A New Approach to Chronic Pain

Bridget Quebodeaux, a GCFP in Los Angeles, shares her experience and insight into chronic pain in this very interesting article. If you suffer from pain, I bet you will find this intriguing:         

Why toaster ovens don't get fibromyalgia...By Bridget Quebodeaux, GCFP

As a Feldenkrais® practitioner, I often work with people who have chronic conditions and unexplained pain. They come from different walks of life. They have different personal histories and life experiences. They have different strengths and weaknesses and different temperaments and moods. They are different. Their pain is different. And yet the first words they speak are often the same: “I’ve tried everything and nothing helps.”
Sometimes it’s as if I’m being offered a fair warning, “Don’t feel badly if what you do doesn’t work. Nothing does.” Other times, I feel as if I’m being dared to make any difference at all. Always present is the hesitant hope that the Feldenkrais Method® will be the something that finally helps.

In recent decades, the biopsychosocial model has become the most accepted model for viewing chronic pain.

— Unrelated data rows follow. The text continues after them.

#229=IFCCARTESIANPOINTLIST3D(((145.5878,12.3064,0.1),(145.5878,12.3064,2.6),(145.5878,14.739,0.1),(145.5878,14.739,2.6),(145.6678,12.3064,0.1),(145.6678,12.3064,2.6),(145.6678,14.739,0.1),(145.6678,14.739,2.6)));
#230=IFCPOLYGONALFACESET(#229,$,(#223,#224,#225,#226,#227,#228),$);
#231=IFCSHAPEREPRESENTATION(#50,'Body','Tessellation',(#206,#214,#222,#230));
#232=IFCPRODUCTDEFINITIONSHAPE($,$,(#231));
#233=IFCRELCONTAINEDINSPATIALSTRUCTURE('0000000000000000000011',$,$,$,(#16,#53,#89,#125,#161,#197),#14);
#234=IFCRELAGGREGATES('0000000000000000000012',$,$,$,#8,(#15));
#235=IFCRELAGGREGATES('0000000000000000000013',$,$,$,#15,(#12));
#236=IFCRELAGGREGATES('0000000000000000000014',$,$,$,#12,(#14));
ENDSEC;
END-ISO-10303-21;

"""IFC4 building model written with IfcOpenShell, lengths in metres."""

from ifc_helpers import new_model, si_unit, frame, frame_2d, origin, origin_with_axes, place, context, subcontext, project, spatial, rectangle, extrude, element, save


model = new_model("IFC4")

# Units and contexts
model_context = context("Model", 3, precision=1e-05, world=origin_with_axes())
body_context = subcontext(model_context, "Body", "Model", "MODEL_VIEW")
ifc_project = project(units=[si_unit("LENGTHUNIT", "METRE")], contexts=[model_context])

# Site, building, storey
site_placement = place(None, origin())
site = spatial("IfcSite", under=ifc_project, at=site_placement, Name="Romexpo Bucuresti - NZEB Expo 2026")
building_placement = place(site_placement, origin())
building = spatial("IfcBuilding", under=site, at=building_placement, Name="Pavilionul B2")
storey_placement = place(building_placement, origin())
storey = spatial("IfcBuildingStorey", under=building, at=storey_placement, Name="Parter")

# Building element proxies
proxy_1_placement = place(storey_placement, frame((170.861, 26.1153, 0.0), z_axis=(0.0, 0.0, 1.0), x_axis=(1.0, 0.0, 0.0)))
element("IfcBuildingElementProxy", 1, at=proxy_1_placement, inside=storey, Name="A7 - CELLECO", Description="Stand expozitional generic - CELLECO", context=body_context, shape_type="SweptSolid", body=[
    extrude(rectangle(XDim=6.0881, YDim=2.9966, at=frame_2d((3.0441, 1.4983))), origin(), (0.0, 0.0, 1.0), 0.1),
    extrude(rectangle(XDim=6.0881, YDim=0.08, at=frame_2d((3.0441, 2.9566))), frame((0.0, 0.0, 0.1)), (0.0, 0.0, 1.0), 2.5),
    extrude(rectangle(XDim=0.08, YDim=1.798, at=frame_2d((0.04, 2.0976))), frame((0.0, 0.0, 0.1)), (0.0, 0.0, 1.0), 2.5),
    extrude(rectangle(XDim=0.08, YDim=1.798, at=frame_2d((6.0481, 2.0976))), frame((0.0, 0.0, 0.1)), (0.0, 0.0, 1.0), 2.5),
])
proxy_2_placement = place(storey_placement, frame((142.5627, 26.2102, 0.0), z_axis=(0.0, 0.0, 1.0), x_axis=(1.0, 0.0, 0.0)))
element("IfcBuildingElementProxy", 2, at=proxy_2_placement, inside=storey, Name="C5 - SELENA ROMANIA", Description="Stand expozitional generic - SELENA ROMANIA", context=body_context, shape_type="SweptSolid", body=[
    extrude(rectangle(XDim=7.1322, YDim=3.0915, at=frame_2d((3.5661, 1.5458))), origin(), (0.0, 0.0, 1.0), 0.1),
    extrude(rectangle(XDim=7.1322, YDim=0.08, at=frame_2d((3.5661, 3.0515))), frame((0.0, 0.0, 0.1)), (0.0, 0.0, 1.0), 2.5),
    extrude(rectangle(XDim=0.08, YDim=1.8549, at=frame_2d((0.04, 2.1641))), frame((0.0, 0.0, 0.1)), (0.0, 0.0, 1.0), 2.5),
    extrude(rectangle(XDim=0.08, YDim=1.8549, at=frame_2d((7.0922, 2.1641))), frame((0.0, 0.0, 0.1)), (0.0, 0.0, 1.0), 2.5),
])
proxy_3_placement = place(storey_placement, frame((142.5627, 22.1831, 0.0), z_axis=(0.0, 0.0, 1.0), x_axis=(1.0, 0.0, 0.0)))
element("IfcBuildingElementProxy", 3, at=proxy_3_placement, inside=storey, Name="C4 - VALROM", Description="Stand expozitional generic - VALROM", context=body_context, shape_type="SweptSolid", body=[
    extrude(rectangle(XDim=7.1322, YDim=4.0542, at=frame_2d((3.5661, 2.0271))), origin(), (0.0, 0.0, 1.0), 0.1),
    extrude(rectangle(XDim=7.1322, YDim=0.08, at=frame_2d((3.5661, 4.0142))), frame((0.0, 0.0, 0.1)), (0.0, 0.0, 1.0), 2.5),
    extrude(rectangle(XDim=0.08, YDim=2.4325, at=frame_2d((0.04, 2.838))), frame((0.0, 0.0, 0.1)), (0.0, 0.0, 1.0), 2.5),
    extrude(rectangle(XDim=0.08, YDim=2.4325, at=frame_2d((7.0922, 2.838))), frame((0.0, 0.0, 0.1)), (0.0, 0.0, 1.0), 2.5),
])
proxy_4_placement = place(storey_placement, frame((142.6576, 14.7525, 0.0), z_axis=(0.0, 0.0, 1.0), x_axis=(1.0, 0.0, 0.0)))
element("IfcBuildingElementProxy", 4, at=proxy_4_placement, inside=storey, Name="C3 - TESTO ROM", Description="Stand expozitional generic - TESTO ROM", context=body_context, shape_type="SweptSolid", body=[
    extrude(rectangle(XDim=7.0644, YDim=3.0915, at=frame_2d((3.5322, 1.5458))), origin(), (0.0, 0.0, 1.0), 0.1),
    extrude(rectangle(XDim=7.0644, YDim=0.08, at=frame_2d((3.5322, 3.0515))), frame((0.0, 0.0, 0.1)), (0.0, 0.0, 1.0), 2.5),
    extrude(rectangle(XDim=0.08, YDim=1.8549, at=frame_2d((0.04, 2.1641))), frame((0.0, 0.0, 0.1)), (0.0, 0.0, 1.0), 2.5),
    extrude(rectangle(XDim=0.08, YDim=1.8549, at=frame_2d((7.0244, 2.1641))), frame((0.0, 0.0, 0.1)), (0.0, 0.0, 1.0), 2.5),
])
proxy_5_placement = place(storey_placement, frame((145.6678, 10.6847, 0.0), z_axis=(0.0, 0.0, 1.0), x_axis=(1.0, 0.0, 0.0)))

The biopsychosocial approach says chronic pain is just part of the experience of a whole person living in the world. Hurting bodies cannot be understood in parts or in isolation of the thinking, sensing, feeling person walking around in them and the environment in which they live and ache. Personal histories, feeling management strategies, relationships, and beliefs are no less a part of felt pain than an old injury or a job that requires repetitive movement, and getting better is not a linear process of problem identification and symptom removal.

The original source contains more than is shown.